• [TO DO]: Look for "IFCSIUNIT" in every line of the listing. Copy the lines that have it.

• [STUDY MATERIAL]:

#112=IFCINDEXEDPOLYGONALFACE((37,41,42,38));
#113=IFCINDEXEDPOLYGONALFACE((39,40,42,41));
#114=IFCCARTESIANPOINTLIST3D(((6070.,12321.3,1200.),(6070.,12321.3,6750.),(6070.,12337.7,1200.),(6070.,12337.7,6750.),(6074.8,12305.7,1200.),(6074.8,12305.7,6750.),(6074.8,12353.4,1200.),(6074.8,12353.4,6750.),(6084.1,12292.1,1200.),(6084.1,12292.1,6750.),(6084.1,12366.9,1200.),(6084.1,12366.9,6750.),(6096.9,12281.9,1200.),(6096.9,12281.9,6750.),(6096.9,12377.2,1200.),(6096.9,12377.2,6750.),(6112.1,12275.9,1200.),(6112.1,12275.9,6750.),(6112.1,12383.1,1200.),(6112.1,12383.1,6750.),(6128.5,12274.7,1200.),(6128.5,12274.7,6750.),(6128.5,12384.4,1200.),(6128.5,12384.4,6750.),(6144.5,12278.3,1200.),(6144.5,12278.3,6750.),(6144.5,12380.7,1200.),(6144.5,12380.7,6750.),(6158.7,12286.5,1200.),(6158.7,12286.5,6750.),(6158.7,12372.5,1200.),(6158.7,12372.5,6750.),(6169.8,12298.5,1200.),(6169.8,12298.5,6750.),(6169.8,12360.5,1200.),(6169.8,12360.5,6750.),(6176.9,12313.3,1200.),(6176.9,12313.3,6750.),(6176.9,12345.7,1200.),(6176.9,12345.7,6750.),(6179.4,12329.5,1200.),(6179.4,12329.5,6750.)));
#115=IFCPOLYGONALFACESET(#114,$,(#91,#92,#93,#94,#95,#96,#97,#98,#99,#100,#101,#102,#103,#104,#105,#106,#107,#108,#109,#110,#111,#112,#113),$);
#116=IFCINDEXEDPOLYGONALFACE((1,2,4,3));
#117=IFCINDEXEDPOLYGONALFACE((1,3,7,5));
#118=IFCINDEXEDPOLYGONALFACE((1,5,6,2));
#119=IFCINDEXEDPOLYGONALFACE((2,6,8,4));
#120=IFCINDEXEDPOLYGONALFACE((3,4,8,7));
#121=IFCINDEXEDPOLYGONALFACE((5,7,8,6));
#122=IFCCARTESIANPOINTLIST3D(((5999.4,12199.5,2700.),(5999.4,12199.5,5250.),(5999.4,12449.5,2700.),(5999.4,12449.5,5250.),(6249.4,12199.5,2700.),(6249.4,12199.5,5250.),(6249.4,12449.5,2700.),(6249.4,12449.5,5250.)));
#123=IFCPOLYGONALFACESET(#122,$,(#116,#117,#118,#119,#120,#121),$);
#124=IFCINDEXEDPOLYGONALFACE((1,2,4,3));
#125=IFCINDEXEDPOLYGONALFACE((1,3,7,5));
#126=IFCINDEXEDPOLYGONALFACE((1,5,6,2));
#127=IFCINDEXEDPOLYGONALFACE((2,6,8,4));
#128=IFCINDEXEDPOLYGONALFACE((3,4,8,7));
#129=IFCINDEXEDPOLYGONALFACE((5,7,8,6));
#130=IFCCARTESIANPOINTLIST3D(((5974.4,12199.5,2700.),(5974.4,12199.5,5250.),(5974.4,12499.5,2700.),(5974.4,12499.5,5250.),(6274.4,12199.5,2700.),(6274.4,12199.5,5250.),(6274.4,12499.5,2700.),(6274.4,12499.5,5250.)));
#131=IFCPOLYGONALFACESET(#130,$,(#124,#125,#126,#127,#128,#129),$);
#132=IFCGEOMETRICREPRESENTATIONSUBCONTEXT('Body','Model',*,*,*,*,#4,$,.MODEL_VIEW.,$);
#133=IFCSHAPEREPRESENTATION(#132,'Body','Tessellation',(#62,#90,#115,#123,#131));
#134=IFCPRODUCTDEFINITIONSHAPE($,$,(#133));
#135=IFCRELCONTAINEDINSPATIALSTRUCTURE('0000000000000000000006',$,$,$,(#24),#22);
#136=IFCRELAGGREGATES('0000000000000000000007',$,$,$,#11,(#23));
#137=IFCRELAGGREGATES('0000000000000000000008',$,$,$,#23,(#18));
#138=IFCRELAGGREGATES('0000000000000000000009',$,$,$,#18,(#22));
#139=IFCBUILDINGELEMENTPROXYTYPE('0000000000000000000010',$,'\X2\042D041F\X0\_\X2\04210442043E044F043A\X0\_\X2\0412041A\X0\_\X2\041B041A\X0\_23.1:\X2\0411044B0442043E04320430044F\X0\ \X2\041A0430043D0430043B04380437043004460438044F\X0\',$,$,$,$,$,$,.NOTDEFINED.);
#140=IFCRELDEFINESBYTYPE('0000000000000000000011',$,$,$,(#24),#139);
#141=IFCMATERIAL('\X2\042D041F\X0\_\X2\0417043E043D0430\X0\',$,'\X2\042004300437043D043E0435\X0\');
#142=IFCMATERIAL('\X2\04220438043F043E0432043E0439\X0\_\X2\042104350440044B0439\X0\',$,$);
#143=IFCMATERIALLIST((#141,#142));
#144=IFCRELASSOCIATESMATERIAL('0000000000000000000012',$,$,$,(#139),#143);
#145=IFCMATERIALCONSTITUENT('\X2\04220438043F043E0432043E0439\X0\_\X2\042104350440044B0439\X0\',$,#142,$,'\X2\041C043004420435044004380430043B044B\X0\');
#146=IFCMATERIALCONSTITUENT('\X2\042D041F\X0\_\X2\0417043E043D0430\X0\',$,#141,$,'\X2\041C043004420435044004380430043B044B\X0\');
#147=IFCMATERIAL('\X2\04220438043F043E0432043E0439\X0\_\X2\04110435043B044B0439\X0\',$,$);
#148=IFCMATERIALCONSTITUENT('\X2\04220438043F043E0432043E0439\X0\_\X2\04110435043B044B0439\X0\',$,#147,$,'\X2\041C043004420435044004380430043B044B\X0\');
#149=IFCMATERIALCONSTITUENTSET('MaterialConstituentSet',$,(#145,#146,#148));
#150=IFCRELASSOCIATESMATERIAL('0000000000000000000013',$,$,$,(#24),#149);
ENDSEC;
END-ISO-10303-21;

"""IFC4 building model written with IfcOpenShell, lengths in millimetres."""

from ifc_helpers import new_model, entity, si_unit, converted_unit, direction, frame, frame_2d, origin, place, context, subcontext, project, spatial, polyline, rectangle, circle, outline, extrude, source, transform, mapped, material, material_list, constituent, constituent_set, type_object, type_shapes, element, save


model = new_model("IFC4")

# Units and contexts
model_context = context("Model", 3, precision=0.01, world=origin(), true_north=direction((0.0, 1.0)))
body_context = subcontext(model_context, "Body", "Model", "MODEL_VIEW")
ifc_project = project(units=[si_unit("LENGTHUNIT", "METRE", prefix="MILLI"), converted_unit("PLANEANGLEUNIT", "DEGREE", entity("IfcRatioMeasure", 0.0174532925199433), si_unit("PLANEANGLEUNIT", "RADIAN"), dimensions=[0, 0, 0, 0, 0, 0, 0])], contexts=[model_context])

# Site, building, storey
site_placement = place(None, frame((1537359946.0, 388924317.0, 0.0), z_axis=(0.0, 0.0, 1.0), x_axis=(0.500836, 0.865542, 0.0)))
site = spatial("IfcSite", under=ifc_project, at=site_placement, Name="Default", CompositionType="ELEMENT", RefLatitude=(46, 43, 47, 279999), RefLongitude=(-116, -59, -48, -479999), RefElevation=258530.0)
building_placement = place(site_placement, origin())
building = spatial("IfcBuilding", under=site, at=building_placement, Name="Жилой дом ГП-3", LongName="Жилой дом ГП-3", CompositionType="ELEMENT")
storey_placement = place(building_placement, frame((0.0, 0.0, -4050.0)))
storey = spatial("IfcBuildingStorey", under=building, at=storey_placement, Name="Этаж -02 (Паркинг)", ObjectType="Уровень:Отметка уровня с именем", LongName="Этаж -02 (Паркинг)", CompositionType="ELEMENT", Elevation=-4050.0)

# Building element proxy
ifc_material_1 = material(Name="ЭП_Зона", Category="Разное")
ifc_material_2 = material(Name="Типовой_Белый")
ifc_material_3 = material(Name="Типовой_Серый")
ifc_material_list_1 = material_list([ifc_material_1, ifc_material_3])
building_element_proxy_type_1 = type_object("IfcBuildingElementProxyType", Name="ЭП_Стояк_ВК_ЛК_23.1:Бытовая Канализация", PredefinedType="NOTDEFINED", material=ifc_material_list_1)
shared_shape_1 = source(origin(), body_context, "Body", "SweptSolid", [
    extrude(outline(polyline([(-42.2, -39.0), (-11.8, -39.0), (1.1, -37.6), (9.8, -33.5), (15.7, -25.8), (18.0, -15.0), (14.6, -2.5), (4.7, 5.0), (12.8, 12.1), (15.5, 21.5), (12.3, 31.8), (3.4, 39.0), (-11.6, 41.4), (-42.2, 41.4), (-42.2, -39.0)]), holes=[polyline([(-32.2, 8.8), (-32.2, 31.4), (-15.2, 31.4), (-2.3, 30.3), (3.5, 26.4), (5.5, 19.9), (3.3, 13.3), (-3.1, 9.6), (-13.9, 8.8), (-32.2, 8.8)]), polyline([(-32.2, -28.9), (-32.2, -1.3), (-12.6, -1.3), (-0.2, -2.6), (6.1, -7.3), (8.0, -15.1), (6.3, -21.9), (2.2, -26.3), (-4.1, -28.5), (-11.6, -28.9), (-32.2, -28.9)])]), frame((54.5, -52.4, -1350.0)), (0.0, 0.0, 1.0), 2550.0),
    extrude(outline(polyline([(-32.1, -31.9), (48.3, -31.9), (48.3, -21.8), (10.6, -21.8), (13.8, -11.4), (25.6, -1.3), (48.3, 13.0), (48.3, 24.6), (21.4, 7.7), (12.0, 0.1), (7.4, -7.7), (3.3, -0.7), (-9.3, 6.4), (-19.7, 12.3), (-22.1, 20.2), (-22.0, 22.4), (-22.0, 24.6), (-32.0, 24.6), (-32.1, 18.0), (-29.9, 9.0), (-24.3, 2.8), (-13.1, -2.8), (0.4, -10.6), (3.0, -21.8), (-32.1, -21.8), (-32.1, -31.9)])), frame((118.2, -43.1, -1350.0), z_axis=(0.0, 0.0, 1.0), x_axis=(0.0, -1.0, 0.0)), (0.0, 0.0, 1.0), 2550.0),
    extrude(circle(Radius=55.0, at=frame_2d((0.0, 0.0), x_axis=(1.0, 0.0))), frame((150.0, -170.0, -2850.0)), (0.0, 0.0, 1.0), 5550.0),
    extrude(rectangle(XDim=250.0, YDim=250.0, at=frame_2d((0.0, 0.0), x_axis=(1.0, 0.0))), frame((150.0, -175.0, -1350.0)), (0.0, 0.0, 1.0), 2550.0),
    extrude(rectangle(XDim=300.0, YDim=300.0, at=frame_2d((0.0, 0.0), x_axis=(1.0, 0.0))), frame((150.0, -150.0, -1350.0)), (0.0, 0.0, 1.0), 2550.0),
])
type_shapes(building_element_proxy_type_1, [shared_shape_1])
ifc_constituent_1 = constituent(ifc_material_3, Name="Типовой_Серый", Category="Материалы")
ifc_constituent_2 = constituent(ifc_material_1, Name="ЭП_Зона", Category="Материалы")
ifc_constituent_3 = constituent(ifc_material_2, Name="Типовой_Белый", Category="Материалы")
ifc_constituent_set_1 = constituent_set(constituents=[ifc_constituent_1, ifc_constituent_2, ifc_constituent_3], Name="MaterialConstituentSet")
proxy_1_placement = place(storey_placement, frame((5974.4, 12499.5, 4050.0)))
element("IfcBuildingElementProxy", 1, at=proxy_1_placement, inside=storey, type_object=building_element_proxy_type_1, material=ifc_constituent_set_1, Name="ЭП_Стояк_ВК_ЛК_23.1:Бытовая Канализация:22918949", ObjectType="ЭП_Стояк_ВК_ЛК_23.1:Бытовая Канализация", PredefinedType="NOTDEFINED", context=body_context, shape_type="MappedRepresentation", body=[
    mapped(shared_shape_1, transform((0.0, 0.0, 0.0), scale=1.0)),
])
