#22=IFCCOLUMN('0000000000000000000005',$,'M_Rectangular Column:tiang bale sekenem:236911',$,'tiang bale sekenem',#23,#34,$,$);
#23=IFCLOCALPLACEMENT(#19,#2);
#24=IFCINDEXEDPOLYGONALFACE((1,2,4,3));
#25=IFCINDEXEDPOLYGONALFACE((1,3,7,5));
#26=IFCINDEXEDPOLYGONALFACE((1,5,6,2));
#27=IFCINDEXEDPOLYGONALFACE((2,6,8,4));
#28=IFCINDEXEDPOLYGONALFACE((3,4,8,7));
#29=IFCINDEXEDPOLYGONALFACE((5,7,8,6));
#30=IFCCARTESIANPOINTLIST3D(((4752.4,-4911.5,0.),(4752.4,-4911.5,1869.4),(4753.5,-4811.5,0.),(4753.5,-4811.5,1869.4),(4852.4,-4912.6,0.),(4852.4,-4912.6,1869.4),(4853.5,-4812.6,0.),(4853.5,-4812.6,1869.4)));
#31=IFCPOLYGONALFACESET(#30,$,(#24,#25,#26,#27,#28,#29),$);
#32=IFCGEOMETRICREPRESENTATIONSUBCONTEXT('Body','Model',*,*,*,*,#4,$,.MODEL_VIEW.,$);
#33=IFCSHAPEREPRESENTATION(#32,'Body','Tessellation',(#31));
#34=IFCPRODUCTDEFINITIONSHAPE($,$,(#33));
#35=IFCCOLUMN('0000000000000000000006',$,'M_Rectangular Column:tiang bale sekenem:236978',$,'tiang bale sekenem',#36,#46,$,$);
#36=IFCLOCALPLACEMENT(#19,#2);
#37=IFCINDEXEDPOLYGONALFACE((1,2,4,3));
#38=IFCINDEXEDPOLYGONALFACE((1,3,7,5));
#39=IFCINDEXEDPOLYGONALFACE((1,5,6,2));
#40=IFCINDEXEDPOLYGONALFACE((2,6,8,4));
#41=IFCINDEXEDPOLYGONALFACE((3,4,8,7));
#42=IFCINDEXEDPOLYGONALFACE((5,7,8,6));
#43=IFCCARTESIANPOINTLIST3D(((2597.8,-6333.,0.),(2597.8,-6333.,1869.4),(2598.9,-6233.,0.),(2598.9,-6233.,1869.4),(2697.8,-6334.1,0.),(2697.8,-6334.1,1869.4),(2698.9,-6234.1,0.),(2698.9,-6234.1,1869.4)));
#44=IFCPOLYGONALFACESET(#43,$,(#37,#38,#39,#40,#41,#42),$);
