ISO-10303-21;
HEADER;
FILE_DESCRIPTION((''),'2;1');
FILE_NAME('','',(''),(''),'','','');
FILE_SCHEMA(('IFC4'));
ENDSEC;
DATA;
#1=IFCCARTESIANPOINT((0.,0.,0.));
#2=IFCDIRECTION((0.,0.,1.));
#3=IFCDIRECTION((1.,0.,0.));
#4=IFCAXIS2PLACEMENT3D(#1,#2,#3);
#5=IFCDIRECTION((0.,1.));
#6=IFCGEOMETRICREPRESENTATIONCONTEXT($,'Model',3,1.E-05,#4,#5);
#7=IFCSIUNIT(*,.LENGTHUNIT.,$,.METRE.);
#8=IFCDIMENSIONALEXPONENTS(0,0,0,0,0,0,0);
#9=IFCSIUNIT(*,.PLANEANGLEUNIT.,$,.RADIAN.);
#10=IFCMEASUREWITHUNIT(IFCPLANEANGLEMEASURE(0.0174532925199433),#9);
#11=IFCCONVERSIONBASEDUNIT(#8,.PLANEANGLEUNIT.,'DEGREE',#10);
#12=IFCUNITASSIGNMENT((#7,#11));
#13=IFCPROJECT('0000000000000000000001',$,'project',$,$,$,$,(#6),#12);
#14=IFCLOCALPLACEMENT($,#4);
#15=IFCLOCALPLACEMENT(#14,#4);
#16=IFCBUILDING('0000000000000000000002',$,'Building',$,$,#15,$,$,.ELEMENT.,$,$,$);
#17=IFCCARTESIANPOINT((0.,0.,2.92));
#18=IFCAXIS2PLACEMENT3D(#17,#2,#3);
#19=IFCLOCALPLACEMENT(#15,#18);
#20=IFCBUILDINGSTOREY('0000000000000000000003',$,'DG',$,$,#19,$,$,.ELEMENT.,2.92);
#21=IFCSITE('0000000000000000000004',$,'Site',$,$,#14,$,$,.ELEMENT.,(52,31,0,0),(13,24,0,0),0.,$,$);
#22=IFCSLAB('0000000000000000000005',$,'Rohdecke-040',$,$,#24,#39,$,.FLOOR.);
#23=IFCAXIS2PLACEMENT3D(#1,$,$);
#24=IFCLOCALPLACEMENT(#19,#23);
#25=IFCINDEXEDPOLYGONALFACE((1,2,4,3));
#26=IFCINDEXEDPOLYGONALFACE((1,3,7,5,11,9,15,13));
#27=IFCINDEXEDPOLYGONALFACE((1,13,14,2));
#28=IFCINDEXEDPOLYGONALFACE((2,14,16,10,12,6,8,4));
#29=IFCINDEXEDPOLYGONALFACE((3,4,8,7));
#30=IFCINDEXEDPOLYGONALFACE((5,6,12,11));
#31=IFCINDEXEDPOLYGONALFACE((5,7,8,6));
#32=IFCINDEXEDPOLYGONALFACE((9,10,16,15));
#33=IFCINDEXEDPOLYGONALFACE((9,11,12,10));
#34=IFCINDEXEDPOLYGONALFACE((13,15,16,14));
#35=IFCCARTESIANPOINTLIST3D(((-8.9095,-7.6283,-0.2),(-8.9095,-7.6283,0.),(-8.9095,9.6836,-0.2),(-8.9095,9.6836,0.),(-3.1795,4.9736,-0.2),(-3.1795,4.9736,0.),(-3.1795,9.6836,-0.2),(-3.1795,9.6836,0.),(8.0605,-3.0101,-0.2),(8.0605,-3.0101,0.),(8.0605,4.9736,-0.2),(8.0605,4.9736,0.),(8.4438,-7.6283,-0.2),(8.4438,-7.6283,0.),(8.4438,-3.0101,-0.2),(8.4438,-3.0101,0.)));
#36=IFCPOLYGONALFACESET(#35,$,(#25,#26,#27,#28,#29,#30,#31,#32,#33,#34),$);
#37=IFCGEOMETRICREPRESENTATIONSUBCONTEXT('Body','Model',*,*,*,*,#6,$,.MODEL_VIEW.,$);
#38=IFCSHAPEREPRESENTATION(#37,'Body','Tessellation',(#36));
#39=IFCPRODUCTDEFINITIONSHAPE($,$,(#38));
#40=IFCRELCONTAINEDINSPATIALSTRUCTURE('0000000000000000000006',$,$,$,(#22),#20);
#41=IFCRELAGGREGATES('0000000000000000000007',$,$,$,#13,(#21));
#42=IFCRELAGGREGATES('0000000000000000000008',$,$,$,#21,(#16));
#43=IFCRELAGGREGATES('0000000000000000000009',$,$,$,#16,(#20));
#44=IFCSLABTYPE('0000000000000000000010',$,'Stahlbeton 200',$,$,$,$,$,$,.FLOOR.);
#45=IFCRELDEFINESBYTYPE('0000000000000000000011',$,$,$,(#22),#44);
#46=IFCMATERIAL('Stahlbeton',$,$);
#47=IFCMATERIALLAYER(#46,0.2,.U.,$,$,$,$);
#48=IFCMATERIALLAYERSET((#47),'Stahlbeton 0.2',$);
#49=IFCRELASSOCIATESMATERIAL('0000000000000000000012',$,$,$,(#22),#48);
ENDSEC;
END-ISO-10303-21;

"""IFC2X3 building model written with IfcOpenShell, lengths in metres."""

from ifc_helpers import new_model, entity, si_unit, converted_unit, direction, frame, origin_with_axes, place, context, subcontext, project, spatial, polyline, outline, extrude, material, layer, layer_set, layer_usage, type_object, element, save


model = new_model("IFC2X3")

# Units and contexts
model_context = context("Model", 3, precision=1e-05, world=origin_with_axes(), true_north=direction((0.0, 1.0)))
body_context = subcontext(model_context, "Body", "Model", "MODEL_VIEW")
ifc_project = project(units=[si_unit("LENGTHUNIT", "METRE"), converted_unit("PLANEANGLEUNIT", "DEGREE", entity("IfcPlaneAngleMeasure", 0.0174532925199433), si_unit("PLANEANGLEUNIT", "RADIAN"), dimensions=[0, 0, 0, 0, 0, 0, 0])], contexts=[model_context])

# Site, building, storey
site_placement = place(None, origin_with_axes())
site = spatial("IfcSite", under=ifc_project, at=site_placement, Name="Site", CompositionType="ELEMENT", RefLatitude=(52, 31, 0, 0), RefLongitude=(13, 24, 0, 0), RefElevation=0.0)
building_placement = place(site_placement, origin_with_axes())
building = spatial("IfcBuilding", under=site, at=building_placement, Name="Building", CompositionType="ELEMENT")
storey_placement = place(building_placement, frame((0.0, 0.0, 2.92), z_axis=(0.0, 0.0, 1.0), x_axis=(1.0, 0.0, 0.0)))
storey = spatial("IfcBuildingStorey", under=building, at=storey_placement, Name="DG", CompositionType="ELEMENT", Elevation=2.92)

# Slab
ifc_material = material(Name="Stahlbeton")
ifc_layer = layer(ifc_material, 0.2, ventilated="UNKNOWN")
ifc_layer_set = layer_set([ifc_layer], Name="Stahlbeton 0.2")
ifc_layer_usage_1 = layer_usage(ifc_layer_set, "AXIS3", "NEGATIVE", 0.2)
slab_type_1 = type_object("IfcSlabType", Name="Stahlbeton 200", PredefinedType="FLOOR")
slab_1_placement = place(storey_placement, frame((8.0605, 4.9736, 0.0), z_axis=(0.0, 0.0, 1.0), x_axis=(1.0, 0.0, 0.0)))
element("IfcSlab", 1, at=slab_1_placement, inside=storey, type_object=slab_type_1, material=ifc_layer_usage_1, Name="Rohdecke-040", PredefinedType="FLOOR", context=body_context, shape_type="SweptSolid", body=[
    extrude(outline(polyline([(0.0, 0.0), (-11.24, 0.0), (-11.24, 4.71), (-16.97, 4.71), (-16.97, -12.6019), (0.3833, -12.6019), (0.3833, -7.9838), (0.0, -7.9838), (0.0, 0.0)])), frame((0.0, 0.0, -0.2), z_axis=(0.0, 0.0, 1.0), x_axis=(1.0, 0.0, 0.0)), (0.0, 0.0, 1.0), 0.2),
])

save(model, "model.ifc")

• [ANSWER TO THIS PROBLEM]:
#7=IFCSIUNIT(*,.LENGTHUNIT.,$,.METRE.);
#9=IFCSIUNIT(*,.PLANEANGLEUNIT.,$,.RADIAN.);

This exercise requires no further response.